I have been having an argument with my friend. My friend claims that the following statement is true.
Let $a<b$ be real numbers. Suppose that there is a function $F:[a,b]\rightarrow\mathbb{R}$ which is a function such that it is differentiable everywhere, i.e., there is a function $f:[a,b]\rightarrow\mathbb{R}$ such that $f(x)=F'(x)$ for all $x\in [a,b]$. Then it is true that
\begin{equation} \displaystyle\int_{a}^b f(x)\,dx = F(b)-F(a). \end{equation}
Here $f$ is assumed to be integrable, in whatever integrals.
I've been trying to disprove this statement.

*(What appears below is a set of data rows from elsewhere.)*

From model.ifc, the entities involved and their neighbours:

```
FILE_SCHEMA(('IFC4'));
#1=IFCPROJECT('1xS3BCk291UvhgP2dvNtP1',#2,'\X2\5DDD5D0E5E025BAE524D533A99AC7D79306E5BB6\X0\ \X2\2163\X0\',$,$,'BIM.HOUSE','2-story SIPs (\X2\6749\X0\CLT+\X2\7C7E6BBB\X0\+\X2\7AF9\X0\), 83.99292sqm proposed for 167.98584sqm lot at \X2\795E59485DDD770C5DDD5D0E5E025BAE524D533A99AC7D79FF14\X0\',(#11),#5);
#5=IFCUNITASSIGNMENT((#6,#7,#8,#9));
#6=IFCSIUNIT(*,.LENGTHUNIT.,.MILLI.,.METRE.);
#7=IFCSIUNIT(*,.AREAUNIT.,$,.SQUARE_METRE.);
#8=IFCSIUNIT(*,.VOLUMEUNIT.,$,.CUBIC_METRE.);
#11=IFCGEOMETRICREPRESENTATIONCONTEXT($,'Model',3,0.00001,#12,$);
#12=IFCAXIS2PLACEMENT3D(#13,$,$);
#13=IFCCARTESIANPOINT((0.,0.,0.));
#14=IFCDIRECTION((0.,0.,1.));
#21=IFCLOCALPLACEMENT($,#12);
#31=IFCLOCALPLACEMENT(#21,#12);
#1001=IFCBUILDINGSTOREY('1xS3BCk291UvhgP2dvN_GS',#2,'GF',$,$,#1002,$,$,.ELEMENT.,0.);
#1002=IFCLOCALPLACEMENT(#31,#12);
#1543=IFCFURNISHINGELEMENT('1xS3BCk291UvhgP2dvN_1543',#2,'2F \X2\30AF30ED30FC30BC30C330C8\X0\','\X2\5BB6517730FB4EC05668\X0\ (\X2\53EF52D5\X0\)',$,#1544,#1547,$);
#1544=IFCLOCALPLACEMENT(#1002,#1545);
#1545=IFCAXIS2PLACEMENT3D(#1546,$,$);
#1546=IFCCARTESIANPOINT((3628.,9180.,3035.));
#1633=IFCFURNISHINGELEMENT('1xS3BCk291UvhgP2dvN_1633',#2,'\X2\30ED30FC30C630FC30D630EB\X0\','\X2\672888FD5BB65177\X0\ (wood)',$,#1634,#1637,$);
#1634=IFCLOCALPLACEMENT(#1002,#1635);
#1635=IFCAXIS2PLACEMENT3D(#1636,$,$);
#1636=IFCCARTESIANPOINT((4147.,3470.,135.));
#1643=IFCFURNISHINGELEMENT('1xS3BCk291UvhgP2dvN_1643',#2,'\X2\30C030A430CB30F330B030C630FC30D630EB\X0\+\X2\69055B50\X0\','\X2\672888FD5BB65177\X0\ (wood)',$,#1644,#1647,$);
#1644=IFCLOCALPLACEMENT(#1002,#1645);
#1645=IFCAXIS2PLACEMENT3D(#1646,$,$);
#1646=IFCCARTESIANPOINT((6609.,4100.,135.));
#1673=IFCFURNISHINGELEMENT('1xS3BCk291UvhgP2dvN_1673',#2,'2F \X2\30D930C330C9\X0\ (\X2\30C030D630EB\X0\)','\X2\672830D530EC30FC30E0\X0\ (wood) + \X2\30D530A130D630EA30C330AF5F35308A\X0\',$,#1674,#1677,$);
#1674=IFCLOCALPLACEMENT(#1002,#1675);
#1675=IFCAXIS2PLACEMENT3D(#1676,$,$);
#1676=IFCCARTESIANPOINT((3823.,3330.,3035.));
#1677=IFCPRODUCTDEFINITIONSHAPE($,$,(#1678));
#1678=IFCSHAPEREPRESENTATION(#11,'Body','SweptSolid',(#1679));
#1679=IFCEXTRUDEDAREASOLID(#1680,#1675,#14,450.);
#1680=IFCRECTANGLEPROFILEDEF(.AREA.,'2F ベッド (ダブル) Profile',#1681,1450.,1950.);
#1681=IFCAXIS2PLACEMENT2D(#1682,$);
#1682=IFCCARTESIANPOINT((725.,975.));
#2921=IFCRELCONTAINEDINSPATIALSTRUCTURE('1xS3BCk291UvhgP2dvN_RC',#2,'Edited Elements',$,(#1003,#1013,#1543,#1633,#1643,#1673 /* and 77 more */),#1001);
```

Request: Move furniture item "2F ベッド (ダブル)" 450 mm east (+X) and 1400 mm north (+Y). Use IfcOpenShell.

```python
import ifcopenshell
import ifcopenshell.api.geometry
import ifcopenshell.util.placement

model = ifcopenshell.open("model.ifc")

item = model.by_guid("1xS3BCk291UvhgP2dvN_1673")
matrix = ifcopenshell.util.placement.get_local_placement(item.ObjectPlacement)
matrix[0, 3] += 450.0
matrix[1, 3] += 1400.0
ifcopenshell.api.geometry.edit_object_placement(model, product=item, matrix=matrix, is_si=False)

print(ifcopenshell.util.placement.get_local_placement(item.ObjectPlacement).round(3) + 0.0)

model.write("model-out.ifc")
```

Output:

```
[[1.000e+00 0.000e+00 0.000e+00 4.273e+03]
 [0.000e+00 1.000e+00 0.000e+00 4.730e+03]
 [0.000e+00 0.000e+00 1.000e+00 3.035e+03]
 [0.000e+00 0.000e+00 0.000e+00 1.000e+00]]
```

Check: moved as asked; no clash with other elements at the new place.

He convinces me by using a result in Tao's Analysis I that this is true in the case of Riemann integrable $f$. However, that does not imply that this statement is still true if $f$ is just Lebesgue integrable. I've been searching for a function that is differentiable everywhere, but its derivative does not satisfy the above equation.

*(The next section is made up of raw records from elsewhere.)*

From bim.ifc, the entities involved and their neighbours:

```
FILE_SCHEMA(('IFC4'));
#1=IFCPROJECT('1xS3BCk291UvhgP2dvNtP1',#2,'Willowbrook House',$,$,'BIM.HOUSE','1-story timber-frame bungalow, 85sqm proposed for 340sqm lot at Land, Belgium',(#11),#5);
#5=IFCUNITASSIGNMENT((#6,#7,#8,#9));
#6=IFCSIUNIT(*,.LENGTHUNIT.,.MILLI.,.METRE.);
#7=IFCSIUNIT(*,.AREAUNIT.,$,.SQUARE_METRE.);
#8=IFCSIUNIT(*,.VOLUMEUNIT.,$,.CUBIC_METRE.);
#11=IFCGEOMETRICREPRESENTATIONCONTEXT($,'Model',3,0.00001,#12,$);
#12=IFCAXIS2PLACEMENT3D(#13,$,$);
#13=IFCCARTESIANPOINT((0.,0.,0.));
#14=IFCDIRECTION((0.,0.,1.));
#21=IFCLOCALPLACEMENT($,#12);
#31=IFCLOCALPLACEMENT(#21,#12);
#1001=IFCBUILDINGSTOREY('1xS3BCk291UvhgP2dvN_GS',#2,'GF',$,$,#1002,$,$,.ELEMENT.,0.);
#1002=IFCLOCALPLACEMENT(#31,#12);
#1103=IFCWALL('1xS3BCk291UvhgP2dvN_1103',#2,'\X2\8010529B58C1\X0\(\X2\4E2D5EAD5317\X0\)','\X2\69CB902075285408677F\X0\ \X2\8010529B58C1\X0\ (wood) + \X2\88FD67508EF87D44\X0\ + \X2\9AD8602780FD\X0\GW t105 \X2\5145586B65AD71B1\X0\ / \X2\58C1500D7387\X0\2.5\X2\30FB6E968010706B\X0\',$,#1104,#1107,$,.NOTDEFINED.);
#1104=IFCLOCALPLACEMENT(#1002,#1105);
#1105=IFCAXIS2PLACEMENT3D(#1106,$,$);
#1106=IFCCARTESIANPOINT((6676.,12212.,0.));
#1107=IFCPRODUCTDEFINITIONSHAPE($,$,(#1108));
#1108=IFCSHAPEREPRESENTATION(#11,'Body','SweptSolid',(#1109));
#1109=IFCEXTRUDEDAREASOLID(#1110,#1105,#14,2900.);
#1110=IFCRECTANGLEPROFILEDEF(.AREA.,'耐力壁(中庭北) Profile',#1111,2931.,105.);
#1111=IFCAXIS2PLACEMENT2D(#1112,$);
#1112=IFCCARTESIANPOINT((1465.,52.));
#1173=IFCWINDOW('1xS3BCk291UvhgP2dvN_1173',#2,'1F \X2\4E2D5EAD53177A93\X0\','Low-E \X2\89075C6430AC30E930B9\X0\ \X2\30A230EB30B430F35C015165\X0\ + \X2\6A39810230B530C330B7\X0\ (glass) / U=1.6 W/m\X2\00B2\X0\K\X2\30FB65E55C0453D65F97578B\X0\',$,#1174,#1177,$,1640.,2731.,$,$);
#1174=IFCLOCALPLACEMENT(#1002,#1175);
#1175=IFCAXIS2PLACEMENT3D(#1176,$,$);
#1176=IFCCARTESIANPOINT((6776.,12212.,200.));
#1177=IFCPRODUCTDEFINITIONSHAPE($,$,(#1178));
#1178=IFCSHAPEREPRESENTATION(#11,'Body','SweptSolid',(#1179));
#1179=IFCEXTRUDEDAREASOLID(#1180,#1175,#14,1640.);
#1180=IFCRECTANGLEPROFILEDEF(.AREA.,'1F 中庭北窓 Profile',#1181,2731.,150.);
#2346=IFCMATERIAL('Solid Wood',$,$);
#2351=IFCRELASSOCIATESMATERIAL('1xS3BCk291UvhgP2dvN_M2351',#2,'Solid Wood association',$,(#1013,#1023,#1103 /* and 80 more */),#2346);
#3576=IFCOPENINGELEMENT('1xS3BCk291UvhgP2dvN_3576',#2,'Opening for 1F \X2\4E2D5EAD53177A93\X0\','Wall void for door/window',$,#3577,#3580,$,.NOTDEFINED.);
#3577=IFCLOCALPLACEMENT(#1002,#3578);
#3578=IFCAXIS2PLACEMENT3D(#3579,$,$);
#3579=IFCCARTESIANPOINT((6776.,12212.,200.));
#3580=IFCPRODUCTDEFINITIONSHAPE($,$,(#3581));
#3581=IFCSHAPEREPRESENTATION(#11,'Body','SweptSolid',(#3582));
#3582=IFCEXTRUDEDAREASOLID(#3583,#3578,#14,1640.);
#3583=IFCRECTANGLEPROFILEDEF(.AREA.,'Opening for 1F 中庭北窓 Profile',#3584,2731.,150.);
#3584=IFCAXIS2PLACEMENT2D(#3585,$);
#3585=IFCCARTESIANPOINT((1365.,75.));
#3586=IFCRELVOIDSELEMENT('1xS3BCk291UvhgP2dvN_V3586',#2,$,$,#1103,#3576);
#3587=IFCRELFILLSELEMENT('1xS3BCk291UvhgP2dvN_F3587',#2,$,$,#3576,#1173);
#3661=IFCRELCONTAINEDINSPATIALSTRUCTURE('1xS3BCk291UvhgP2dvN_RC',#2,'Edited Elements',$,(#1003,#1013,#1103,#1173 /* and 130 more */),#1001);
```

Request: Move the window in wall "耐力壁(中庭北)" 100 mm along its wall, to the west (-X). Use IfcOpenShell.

```python
import ifcopenshell
import ifcopenshell.api.geometry
import ifcopenshell.util.placement
import ifcopenshell.util.unit

model = ifcopenshell.open("bim.ifc")
unit_scale = ifcopenshell.util.unit.calculate_unit_scale(model)

window = model.by_guid("1xS3BCk291UvhgP2dvN_1173")
opening = window.FillsVoids[0].RelatingOpeningElement
wall = opening.VoidsElements[0].RelatingBuildingElement

wall_matrix = ifcopenshell.util.placement.get_local_placement(wall.ObjectPlacement)
shift = wall_matrix[:3, 0] * -0.1 / unit_scale
before = ifcopenshell.util.placement.get_local_placement(window.ObjectPlacement)[:3, 3].copy()

# The window is not placed relative to its opening, so move both.
for product in (opening, window):
    matrix = ifcopenshell.util.placement.get_local_placement(product.ObjectPlacement)
    matrix[:3, 3] += shift
    ifcopenshell.api.geometry.edit_object_placement(model, product=product, matrix=matrix, is_si=False)

after = ifcopenshell.util.placement.get_local_placement(window.ObjectPlacement)[:3, 3]
print("window moved by", (after - before).round(3) + 0.0)

model.write("bim_updated.ifc")
```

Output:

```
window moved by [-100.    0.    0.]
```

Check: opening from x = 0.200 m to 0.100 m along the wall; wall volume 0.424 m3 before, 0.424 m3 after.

My idea is to use an example of a function $F$ which is differentiable everywhere on $[a,b]$, but not absolutely continuous. This implies that it does not satisfy the above equation. My only problem is, this (desired) conclusion is too strong. We can infer only that
$f$ is not Lebesgue integrable or not satisfy the equation.

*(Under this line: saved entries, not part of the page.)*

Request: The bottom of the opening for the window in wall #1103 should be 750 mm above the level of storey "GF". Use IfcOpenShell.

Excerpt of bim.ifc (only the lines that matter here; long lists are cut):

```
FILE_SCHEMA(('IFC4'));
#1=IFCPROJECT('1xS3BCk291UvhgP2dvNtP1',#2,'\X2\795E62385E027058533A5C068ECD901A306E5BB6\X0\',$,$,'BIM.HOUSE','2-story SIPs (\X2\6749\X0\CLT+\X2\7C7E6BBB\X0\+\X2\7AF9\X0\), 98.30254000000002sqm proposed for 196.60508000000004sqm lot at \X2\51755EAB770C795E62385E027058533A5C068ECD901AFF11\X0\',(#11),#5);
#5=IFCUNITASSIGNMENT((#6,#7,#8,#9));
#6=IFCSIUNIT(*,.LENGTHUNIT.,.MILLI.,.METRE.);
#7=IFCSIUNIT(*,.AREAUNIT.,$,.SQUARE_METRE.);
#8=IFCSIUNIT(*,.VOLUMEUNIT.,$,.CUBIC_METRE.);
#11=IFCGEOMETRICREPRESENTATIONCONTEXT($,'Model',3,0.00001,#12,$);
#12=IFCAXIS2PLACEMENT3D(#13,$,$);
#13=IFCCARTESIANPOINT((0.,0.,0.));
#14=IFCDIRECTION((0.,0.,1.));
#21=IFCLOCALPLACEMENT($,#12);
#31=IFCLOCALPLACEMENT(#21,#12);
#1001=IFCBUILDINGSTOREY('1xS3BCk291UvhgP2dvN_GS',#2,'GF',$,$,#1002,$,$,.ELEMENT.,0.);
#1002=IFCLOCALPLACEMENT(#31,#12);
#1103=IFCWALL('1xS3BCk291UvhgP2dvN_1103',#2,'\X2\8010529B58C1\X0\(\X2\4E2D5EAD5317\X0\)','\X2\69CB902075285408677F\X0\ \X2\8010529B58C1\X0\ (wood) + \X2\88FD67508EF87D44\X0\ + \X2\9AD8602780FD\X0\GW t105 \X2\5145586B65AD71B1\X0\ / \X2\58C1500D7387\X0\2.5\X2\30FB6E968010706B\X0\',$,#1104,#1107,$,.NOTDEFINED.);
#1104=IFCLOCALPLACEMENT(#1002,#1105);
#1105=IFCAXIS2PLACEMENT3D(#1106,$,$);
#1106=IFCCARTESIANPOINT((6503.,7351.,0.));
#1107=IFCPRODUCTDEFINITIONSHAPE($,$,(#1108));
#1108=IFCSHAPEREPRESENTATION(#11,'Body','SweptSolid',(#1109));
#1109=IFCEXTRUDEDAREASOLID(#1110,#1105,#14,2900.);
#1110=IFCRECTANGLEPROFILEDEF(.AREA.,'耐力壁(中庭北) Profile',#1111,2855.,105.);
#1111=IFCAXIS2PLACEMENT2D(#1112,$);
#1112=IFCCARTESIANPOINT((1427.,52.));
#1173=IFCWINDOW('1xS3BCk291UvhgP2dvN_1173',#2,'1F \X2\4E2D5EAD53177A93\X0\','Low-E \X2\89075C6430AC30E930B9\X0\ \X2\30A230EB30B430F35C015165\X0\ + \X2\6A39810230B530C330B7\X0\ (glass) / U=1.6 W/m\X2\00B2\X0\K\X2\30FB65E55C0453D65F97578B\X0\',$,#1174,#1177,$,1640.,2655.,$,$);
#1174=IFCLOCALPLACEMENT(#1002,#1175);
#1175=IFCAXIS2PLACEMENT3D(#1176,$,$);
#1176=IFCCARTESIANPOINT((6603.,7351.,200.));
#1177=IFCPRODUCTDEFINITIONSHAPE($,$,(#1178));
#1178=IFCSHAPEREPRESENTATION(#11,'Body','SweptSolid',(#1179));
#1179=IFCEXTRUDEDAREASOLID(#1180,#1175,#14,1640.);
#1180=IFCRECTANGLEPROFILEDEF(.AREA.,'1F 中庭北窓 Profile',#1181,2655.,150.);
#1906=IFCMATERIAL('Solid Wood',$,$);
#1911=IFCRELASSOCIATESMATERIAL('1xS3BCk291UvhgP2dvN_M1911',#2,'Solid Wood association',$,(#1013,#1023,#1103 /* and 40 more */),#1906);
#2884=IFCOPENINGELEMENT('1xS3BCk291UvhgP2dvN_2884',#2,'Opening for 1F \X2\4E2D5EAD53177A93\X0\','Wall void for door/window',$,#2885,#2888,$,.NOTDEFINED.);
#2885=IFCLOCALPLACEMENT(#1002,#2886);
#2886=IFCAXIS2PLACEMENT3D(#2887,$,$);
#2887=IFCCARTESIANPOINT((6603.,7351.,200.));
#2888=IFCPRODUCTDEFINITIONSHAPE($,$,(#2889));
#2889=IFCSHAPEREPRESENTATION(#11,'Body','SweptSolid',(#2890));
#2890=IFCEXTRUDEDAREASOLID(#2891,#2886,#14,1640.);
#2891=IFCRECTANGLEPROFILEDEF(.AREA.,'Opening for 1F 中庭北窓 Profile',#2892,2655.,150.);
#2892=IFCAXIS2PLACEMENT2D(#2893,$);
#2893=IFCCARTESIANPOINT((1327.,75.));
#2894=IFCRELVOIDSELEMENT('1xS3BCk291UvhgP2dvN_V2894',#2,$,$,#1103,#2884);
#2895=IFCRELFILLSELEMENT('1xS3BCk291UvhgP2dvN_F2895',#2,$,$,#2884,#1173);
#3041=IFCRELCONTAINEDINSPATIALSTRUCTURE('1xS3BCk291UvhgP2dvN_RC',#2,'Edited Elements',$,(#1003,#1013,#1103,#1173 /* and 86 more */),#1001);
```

```python
import numpy as np
import ifcopenshell
import ifcopenshell.api.geometry
import ifcopenshell.geom
import ifcopenshell.util.element
import ifcopenshell.util.placement
import ifcopenshell.util.shape
import ifcopenshell.util.unit

model = ifcopenshell.open("bim.ifc")
unit_scale = ifcopenshell.util.unit.calculate_unit_scale(model)

window = model.by_guid("1xS3BCk291UvhgP2dvN_1173")
opening = window.FillsVoids[0].RelatingOpeningElement
storey = ifcopenshell.util.element.get_container(window, ifc_class="IfcBuildingStorey")
level = ifcopenshell.util.placement.get_local_placement(storey.ObjectPlacement)[2, 3]

# The opening's origin need not be at the sill, so measure its lowest point.
shape = ifcopenshell.geom.create_shape(ifcopenshell.geom.settings(), opening)
bottom = ifcopenshell.util.shape.get_shape_bottom_elevation(shape, shape.geometry) / unit_scale
dz = level + 0.75 / unit_scale - bottom

shift = np.array([0.0, 0.0, dz])
# The window is not placed relative to its opening, so move both.
for product in (opening, window):
    matrix = ifcopenshell.util.placement.get_local_placement(product.ObjectPlacement)
    matrix[:3, 3] += shift
    ifcopenshell.api.geometry.edit_object_placement(model, product=product, matrix=matrix, is_si=False)

print(f"moved by {dz * unit_scale:+.3f} m")

model.write("bim_updated.ifc")
```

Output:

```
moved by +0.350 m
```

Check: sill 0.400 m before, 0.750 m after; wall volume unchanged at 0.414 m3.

while my desired conclusion is
$f$ is Lebesgue integrable, but not satisfy the equation.
Can anyone suggest me a function $F$ which is differentiable everywhere (on a compact interval) such that its derivative is Lebesgue integrable, but not satisfy the above equation?
Edited : Fixed some confusion when I first typed it.
I think the statement your friend claims is true. According to this page, (https://en.wikipedia.org/wiki/Fundamental_theorem_of_calculus)
I quote from that page: If a real function $F$ on $[a, b]$ admits a derivative $f(x)$ at every point $x$ of $[a, b]$ and if this derivative $f$ is Lebesgue integrable on $[a, b]$, then $$ \int_a^b f(t) dt = F(b) - F(a) $$ The Wikipedia page cites Rudin's Real and Complex Analysis for this result.